Incorporating New
Media into Content Strategies
The majority of first impressions are made
based on how something or someone looks. We see a person and all we see are
their aesthetics; how they're dressed, what they look like, maybe their hair color,
and from this we make an almost instantaneous judgment. The same is true about
the content we read, both on and offline.
You need to think about your content as a
high street store. When you walk down the street you can see into the shop
windows, see the products inside and you’re tempted to go in, have a look
around and maybe make a purchase. Your content is essentially your shop window
and people will like what they see or hear and want more, either subscribing to
your blog, investing in your services or buying your products.
In the past, the phrase “writing an article”
meant 300-500 words of copy on your given subject. Now, it should be all about
incorporating the latest technology to show just how well you informed and your
company are and what you can produce or provide for your audience.

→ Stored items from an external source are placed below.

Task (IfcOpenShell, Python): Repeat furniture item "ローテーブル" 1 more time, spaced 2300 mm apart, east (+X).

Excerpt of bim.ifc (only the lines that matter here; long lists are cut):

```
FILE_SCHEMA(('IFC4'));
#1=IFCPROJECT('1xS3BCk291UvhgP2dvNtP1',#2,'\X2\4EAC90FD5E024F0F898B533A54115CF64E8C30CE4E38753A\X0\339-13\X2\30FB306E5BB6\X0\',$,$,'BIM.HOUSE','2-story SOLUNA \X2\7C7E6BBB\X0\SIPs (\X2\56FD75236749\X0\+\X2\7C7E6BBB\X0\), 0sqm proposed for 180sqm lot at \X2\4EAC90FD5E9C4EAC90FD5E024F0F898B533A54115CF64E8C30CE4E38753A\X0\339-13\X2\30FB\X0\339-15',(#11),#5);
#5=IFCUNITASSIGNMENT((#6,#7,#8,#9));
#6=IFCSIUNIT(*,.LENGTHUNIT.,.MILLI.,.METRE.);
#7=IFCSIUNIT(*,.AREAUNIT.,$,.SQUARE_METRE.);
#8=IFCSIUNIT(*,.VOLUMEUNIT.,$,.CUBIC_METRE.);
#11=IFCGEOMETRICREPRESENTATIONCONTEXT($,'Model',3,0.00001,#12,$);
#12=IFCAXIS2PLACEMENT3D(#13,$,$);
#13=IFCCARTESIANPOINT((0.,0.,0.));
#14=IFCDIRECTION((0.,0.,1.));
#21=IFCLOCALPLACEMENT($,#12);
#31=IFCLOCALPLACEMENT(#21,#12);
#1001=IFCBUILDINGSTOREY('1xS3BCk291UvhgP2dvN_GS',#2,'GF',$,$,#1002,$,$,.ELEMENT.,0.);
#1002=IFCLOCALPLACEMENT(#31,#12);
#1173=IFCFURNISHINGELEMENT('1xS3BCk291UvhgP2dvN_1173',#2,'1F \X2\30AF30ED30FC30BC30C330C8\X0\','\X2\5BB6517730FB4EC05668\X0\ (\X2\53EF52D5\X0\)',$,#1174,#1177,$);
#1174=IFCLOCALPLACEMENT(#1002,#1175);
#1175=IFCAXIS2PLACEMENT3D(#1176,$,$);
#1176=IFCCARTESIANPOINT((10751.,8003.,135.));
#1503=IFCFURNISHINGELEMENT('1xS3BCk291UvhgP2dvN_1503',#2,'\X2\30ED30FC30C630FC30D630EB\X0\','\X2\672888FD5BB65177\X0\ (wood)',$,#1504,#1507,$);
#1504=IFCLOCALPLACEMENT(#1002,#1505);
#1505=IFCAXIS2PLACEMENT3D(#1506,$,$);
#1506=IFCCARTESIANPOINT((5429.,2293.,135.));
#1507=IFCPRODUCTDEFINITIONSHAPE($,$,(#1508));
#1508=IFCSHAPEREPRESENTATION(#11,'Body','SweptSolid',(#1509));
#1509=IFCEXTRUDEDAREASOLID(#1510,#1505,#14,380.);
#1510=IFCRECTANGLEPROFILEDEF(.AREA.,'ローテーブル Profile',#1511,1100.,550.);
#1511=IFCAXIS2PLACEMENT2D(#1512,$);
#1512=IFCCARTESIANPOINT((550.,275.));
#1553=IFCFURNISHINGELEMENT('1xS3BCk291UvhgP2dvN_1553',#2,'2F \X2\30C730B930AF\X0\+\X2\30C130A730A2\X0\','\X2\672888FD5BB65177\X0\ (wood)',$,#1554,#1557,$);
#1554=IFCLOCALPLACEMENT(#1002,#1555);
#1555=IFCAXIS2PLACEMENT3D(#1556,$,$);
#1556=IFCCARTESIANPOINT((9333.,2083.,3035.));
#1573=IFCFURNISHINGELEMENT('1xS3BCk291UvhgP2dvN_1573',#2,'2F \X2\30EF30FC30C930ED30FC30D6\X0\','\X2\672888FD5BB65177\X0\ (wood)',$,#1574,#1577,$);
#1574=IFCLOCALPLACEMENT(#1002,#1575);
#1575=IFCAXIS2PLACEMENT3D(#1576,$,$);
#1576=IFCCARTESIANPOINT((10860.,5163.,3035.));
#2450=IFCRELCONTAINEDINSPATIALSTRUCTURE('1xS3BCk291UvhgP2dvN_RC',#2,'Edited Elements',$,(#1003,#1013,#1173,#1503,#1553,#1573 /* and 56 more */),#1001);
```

```python
import numpy as np
import ifcopenshell
import ifcopenshell.api.geometry
import ifcopenshell.api.root
import ifcopenshell.util.element
import ifcopenshell.util.placement

model = ifcopenshell.open("bim.ifc")


def reuse_history(source, copy):
    """copy_class also copies each property set's owner history, people and application; keep the originals."""
    for rel in copy.IsDefinedBy:
        if rel.is_a("IfcRelDefinesByProperties") and (history := rel.RelatingPropertyDefinition.OwnerHistory):
            rel.RelatingPropertyDefinition.OwnerHistory = source.OwnerHistory
            ifcopenshell.util.element.remove_deep2(model, history)


source = model.by_guid("1xS3BCk291UvhgP2dvN_1503")
base = ifcopenshell.util.placement.get_local_placement(source.ObjectPlacement)
step = np.array([1.0, 0.0, 0.0]) * 2300.0

for i in range(1, 2):
    copy = ifcopenshell.api.root.copy_class(model, product=source)
    copy.Representation = ifcopenshell.util.element.copy_deep(
        model, source.Representation, exclude=["IfcGeometricRepresentationContext", "IfcRepresentationMap"]
    )
    reuse_history(source, copy)
    matrix = base.copy()
    matrix[:3, 3] += i * step
    print("added at", matrix[:3, 3].round(3) + 0.0)
    ifcopenshell.api.geometry.edit_object_placement(model, product=copy, matrix=matrix, is_si=False)

model.write("bim_edited.ifc")
```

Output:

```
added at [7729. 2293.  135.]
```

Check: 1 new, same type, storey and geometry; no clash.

It could be
the difference between winning a contract, landing a job interview, being
offered a speaking opportunity and so much more.
Social Media
This has become one of the most powerful
formats for reaching new audiences, expanding our reach and interacting with
all kinds of businesses and individuals. social media and search transforming
static news into conversations and bypassing media to speak directly to your
target audience.
The same concept applies to any content, it
doesn’t have to be just a piece of news, it could be a blog post, image or
video. Whatever you’re creating, social media has allowed us to reach further
and more effectively than we could have imagined a decade ago.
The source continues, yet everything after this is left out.